COMPARATIVE STUDY OF THE ANTIBACTERIAL ACTIVITY OF SEAWEED (Sargassum muticm) AND FRESHWATER WEED (Spirodela polyrrhiza)
Antibacterial activity of seaweed and freshwater weed
Development of new drugs is needed to resist the situation of diseases caused by drug resistant bacteria for public health safety. Natural resource is a big source to find candidates having antibacterial activity and aquatic weed is such a natural resource possessing such activity. The current study was aimed to determine the effectiveness of sea weed (Sargassum muticum) and fresh water weed/duckweed (Spirodela polyrrhiza) against six bacterial isolates Klebsiella pneumonia, Escherichia coli, Staphylococcus aureus, Pseudomonas aeruginosa, Pseudomonas luteola and Bacillus subtilis. The potency of methanol and ethanol extracts of these weeds was compared to determine the best candidate of weeds in inhibiting bacteria.
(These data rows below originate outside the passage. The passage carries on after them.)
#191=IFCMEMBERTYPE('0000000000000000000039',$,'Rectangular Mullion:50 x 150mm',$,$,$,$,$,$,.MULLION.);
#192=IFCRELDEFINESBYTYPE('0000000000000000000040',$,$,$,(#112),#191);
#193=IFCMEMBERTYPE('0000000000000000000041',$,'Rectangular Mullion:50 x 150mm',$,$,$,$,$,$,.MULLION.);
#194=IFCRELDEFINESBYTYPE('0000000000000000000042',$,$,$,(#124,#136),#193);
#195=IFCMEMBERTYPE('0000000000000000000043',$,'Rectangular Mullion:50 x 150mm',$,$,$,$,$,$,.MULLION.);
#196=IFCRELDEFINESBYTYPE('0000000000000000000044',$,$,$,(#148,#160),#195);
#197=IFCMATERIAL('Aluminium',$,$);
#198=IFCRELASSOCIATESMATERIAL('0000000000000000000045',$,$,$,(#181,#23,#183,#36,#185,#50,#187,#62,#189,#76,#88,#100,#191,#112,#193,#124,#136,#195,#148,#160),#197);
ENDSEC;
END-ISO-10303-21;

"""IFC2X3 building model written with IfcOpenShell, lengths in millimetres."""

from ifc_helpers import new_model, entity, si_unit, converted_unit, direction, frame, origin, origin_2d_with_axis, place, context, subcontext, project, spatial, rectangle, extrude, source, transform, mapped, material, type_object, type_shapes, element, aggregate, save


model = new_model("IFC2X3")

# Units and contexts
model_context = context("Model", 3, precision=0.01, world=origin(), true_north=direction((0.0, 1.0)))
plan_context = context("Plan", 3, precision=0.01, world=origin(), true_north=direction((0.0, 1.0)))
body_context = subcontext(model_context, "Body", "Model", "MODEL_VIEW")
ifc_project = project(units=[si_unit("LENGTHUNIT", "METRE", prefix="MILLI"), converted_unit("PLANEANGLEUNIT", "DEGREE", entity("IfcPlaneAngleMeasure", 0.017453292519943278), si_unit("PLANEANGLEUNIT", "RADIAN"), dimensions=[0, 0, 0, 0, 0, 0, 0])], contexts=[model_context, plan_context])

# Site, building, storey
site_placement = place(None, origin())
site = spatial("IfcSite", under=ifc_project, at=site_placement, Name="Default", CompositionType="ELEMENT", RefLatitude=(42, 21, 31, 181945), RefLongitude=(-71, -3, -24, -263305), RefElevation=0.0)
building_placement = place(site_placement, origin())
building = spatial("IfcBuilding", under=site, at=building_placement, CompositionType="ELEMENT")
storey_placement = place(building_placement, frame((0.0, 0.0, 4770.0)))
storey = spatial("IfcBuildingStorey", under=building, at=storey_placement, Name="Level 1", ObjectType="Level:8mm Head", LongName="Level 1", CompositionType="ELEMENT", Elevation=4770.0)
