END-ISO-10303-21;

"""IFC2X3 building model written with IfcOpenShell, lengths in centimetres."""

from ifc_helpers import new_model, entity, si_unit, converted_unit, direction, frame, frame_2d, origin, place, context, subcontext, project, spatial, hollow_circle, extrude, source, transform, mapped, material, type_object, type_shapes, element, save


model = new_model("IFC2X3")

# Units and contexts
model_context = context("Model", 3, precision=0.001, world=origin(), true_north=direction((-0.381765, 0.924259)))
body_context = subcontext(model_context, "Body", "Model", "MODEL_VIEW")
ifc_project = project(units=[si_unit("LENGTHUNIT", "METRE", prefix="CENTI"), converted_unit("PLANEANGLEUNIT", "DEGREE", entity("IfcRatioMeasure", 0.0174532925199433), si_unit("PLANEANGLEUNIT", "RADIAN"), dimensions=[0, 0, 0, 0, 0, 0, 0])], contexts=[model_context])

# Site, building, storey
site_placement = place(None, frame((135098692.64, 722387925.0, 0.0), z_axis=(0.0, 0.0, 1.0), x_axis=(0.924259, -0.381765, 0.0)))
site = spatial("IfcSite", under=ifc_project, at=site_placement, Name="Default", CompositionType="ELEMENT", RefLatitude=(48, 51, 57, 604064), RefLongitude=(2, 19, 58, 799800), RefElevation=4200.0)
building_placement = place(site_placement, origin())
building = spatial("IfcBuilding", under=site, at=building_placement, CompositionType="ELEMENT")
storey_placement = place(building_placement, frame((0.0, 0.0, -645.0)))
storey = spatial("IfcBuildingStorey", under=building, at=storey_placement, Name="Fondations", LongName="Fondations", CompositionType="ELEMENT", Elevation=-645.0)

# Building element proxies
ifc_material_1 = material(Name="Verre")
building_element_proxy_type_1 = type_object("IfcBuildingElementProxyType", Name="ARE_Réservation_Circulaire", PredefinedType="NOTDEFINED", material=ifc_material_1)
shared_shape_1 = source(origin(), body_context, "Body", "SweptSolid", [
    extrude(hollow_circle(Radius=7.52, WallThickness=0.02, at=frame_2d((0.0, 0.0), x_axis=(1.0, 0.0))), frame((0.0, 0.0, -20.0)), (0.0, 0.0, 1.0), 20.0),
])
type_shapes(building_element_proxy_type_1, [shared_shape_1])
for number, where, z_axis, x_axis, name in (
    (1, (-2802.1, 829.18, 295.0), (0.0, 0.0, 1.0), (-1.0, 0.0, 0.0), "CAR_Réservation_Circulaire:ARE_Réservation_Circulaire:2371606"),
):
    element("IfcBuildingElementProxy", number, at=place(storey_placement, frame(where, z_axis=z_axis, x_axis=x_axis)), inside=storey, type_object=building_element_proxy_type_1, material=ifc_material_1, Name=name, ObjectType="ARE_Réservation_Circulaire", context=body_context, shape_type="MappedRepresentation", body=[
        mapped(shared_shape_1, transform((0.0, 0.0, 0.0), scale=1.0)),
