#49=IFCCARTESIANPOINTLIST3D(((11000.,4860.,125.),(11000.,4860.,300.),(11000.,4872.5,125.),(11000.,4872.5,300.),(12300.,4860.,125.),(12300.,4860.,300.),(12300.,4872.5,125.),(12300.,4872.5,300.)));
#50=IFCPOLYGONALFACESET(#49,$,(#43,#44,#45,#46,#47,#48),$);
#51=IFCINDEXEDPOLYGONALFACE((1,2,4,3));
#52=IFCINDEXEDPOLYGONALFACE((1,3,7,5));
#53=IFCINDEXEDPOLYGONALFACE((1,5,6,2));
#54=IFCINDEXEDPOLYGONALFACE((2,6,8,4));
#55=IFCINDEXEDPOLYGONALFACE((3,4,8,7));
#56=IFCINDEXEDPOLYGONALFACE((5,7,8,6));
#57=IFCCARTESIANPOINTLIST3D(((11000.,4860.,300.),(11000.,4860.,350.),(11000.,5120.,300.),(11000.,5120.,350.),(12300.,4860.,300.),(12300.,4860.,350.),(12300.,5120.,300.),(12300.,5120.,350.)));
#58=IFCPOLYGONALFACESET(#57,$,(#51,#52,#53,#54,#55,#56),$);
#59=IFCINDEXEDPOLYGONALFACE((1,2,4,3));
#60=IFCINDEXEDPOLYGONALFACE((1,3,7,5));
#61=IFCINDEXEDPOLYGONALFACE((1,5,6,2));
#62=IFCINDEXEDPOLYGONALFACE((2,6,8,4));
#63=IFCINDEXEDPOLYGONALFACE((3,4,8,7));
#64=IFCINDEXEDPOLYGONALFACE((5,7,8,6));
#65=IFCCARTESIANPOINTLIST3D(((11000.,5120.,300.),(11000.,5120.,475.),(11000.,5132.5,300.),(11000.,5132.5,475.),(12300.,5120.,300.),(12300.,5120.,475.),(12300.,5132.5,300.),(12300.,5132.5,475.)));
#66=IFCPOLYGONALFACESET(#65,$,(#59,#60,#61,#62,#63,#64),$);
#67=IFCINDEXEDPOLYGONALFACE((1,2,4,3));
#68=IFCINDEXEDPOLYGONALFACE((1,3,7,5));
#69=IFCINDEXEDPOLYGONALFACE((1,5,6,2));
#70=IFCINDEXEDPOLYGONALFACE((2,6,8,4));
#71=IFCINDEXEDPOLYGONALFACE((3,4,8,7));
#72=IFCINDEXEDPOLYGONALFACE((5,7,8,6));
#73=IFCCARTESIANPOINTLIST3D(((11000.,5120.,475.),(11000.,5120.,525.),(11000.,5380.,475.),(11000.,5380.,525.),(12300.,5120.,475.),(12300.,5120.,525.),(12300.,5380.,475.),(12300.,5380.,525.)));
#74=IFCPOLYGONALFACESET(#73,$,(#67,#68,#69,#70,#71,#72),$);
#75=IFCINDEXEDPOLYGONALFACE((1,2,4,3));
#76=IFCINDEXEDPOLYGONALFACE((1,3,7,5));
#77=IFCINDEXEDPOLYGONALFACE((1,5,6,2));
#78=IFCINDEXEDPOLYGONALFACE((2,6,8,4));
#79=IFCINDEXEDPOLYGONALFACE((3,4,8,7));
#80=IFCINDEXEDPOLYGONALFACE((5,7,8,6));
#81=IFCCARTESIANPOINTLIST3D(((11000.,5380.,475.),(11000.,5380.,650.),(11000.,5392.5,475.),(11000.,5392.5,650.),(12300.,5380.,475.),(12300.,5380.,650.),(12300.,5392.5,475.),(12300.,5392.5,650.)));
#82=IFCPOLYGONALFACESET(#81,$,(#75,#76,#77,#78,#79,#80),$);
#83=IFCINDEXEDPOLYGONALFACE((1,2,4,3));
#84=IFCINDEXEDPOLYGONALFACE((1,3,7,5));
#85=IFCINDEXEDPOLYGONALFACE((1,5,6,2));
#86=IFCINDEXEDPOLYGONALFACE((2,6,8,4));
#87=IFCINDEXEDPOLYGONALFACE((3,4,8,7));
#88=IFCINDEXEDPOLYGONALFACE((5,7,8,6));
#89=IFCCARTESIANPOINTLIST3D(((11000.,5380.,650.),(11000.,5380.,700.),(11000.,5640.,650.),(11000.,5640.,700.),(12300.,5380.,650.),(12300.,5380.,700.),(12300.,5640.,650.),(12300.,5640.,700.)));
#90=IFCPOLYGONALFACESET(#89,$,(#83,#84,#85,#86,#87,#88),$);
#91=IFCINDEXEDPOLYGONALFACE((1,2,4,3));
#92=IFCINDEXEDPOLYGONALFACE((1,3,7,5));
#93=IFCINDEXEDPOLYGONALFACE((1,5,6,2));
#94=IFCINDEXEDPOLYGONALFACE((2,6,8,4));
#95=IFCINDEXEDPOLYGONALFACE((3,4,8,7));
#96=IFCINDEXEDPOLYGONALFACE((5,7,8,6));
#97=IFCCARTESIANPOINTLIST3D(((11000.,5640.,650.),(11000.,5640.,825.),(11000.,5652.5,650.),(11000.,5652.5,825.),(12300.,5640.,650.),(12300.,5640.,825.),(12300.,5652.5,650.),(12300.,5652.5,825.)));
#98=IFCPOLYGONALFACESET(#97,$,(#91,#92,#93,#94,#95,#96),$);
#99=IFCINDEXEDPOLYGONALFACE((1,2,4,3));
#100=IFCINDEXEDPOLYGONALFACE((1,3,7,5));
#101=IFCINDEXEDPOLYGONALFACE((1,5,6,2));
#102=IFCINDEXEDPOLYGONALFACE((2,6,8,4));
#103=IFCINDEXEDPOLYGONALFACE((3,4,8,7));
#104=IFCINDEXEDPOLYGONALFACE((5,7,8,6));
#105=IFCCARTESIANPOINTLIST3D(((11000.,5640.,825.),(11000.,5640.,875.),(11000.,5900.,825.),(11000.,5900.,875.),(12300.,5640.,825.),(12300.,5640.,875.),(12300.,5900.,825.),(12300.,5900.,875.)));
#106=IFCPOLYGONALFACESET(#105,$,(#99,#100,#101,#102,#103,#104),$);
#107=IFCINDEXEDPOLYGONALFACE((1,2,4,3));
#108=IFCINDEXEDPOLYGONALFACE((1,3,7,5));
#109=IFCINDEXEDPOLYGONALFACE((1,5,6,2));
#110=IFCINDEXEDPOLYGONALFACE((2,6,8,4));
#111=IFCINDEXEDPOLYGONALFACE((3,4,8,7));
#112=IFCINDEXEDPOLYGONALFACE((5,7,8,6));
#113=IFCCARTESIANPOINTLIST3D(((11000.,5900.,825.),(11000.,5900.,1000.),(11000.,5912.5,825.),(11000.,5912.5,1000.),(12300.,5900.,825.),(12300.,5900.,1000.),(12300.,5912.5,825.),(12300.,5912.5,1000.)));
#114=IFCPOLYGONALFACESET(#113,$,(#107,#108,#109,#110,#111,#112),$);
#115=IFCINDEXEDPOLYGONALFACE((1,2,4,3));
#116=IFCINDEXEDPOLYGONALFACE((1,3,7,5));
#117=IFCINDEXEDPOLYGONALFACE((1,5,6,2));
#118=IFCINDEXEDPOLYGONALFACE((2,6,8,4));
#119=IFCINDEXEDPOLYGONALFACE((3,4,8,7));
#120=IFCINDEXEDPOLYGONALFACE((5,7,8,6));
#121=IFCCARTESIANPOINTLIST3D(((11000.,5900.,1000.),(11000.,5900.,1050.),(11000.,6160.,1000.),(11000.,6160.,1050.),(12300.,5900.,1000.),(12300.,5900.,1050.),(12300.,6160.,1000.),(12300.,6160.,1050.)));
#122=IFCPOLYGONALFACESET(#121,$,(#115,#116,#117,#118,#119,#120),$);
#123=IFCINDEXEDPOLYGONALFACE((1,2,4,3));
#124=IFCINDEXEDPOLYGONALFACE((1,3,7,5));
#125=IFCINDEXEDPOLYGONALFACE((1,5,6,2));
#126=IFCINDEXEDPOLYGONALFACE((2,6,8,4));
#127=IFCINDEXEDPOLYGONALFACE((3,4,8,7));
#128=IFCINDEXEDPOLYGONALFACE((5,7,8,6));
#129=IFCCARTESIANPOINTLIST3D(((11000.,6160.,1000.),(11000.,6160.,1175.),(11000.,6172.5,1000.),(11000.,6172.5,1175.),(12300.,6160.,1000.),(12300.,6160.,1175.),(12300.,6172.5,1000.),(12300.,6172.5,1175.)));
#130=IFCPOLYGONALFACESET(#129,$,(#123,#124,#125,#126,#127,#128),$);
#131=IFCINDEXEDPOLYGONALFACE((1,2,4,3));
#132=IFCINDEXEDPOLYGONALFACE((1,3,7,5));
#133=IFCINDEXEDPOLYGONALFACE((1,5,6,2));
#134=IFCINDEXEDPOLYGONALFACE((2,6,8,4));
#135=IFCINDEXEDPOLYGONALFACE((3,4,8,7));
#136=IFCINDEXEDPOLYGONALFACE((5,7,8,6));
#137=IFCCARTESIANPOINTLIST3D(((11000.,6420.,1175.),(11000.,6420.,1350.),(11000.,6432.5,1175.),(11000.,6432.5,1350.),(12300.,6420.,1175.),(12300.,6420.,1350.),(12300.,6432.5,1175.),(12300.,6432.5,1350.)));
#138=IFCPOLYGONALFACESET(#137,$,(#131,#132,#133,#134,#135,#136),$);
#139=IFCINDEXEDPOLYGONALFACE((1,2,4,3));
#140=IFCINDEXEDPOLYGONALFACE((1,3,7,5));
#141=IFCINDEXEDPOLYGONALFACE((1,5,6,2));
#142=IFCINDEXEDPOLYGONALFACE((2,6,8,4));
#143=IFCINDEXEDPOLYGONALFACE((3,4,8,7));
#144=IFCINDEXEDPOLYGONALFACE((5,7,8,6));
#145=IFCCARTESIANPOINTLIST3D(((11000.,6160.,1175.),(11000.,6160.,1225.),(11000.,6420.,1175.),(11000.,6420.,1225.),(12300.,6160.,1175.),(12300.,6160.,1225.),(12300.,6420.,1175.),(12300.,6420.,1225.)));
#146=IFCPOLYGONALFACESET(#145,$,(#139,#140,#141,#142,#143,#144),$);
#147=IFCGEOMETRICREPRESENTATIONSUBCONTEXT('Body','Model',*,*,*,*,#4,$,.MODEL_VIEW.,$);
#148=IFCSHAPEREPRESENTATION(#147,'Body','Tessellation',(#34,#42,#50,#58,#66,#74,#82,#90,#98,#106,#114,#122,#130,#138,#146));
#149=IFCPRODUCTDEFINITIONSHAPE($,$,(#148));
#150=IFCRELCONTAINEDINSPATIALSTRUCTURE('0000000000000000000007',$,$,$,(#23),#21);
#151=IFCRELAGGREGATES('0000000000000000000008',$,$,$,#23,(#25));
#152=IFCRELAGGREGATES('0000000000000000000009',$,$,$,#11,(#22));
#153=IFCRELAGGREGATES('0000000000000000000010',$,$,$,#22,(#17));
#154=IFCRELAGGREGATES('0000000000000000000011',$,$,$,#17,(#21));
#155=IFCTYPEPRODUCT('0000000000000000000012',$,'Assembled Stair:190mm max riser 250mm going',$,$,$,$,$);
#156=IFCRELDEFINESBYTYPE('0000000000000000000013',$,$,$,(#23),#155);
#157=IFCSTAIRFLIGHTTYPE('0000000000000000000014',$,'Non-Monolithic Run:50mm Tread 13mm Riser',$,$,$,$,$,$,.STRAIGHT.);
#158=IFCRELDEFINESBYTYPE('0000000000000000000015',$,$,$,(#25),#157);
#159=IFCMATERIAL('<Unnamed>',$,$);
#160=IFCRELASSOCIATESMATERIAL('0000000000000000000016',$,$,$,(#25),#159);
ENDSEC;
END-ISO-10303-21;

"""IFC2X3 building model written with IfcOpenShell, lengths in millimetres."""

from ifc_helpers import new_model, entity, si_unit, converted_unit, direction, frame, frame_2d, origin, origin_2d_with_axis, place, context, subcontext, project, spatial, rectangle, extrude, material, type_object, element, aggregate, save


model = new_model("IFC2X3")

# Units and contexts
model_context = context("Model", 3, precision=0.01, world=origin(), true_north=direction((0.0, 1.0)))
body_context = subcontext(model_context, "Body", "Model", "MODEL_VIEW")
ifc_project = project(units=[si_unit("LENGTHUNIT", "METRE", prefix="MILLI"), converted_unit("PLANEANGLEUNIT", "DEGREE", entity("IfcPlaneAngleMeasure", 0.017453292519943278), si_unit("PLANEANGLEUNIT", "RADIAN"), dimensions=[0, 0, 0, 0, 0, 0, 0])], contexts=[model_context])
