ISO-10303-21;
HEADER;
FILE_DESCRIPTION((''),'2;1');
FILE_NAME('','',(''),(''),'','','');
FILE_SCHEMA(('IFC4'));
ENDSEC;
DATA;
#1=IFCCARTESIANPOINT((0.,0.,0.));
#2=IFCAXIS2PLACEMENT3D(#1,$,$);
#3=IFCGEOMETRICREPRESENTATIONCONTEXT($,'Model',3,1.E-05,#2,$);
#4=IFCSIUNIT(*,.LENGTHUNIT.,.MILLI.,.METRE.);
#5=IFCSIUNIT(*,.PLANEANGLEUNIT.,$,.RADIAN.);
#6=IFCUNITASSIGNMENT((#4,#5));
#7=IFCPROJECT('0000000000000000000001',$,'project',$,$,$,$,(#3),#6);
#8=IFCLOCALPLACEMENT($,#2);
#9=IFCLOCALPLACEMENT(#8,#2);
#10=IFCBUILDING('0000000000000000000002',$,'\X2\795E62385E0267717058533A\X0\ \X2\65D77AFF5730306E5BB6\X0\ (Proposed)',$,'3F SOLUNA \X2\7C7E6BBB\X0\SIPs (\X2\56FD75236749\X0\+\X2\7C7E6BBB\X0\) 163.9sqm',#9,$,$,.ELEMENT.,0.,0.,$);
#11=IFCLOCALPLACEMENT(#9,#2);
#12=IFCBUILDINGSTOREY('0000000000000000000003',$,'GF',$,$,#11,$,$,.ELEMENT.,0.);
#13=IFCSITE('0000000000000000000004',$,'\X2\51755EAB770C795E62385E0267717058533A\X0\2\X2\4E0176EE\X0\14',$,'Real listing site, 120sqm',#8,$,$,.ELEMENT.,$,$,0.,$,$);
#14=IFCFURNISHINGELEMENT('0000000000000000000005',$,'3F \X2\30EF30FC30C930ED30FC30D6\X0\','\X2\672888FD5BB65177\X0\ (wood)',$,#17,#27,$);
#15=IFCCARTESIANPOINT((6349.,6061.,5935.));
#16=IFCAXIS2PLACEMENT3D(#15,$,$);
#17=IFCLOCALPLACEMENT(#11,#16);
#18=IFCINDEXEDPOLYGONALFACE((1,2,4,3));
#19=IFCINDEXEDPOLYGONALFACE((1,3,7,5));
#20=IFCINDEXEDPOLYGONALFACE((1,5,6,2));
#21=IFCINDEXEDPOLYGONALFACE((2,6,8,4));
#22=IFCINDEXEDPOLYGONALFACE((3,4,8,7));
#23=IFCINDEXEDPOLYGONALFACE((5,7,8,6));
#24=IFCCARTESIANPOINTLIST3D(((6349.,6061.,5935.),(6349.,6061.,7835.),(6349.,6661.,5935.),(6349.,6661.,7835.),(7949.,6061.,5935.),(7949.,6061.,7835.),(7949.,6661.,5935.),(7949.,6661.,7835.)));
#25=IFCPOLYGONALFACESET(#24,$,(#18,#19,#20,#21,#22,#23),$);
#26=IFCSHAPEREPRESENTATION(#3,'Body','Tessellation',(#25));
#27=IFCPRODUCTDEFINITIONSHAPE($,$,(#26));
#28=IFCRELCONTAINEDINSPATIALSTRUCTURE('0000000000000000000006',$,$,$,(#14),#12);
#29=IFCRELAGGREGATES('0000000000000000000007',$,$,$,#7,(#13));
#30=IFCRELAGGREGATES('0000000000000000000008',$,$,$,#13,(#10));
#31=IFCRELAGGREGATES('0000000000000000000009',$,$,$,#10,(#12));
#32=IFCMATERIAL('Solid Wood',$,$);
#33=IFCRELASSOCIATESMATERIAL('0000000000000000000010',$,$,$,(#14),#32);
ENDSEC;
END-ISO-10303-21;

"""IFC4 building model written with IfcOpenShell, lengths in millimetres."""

from ifc_helpers import new_model, si_unit, frame, frame_2d, origin, place, context, project, spatial, rectangle, extrude, material, element, save


model = new_model("IFC4")

# Units and contexts
model_context = context("Model", 3, precision=1e-05, world=origin())
ifc_project = project(units=[si_unit("LENGTHUNIT", "METRE", prefix="MILLI"), si_unit("PLANEANGLEUNIT", "RADIAN")], contexts=[model_context])

# Site, building, storey
site_placement = place(None, origin())
site = spatial("IfcSite", under=ifc_project, at=site_placement, Name="兵庫県神戸市東灘区2丁目14", ObjectType="Real listing site, 120sqm", CompositionType="ELEMENT", RefElevation=0.0)
building_placement = place(site_placement, origin())
building = spatial("IfcBuilding", under=site, at=building_placement, Name="神戸市東灘区 旗竿地の家 (Proposed)", ObjectType="3F SOLUNA 籾殻SIPs (国産杉+籾殻) 163.9sqm", CompositionType="ELEMENT", ElevationOfRefHeight=0.0, ElevationOfTerrain=0.0)
storey_placement = place(building_placement, origin())
storey = spatial("IfcBuildingStorey", under=building, at=storey_placement, Name="GF", CompositionType="ELEMENT", Elevation=0.0)

# Shared definitions
ifc_material_1 = material(Name="Solid Wood")

# Furnishing element
furnishing_1_placement = place(storey_placement, frame((6349.0, 6061.0, 5935.0)))
element("IfcFurnishingElement", 1, at=furnishing_1_placement, inside=storey, material=ifc_material_1, Name="3F ワードローブ", Description="木製家具 (wood)", context=model_context, shape_type="SweptSolid", body=[
    extrude(rectangle(XDim=1600.0, YDim=600.0, at=frame_2d((800.0, 300.0))), frame((6349.0, 6061.0, 5935.0)), (0.0, 0.0, 1.0), 1900.0),
])

save(model, "model.ifc")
Both agar well diffusion method and micro dilution was done to observe the antibacterial activity. Ethanol extract of Sargassum muticum worked best against Pseudomans aeruginosa (30mm zone of inhibition) and no activity against Bacillus subtilis. Methanol extract of the same Sargassum muticum showed less activity compared to ethanol extract except for Bacillus subtilis where it showed 21mm zone of inhibition. Ethanol and methanol extracts of Spirodela polyrrhiza showed less antibacterial activity against the bacteria compared to Sargassum muticum. They showed no antibacterial activity against Klebsiella pneumonia and Staphylococcus aureus. On average, the extracts impart a significant antibacterial activity against these six bacteria which are resistant to several antibiotics. Even one of them (Escherichia coli) is resistant to 4th generation cephalosporin but still fairly susceptible for extracts. The antibacterial properties of these marine and freshwater weeds can be subjected to develop new therapeutics to inhibit the resistant bacteria.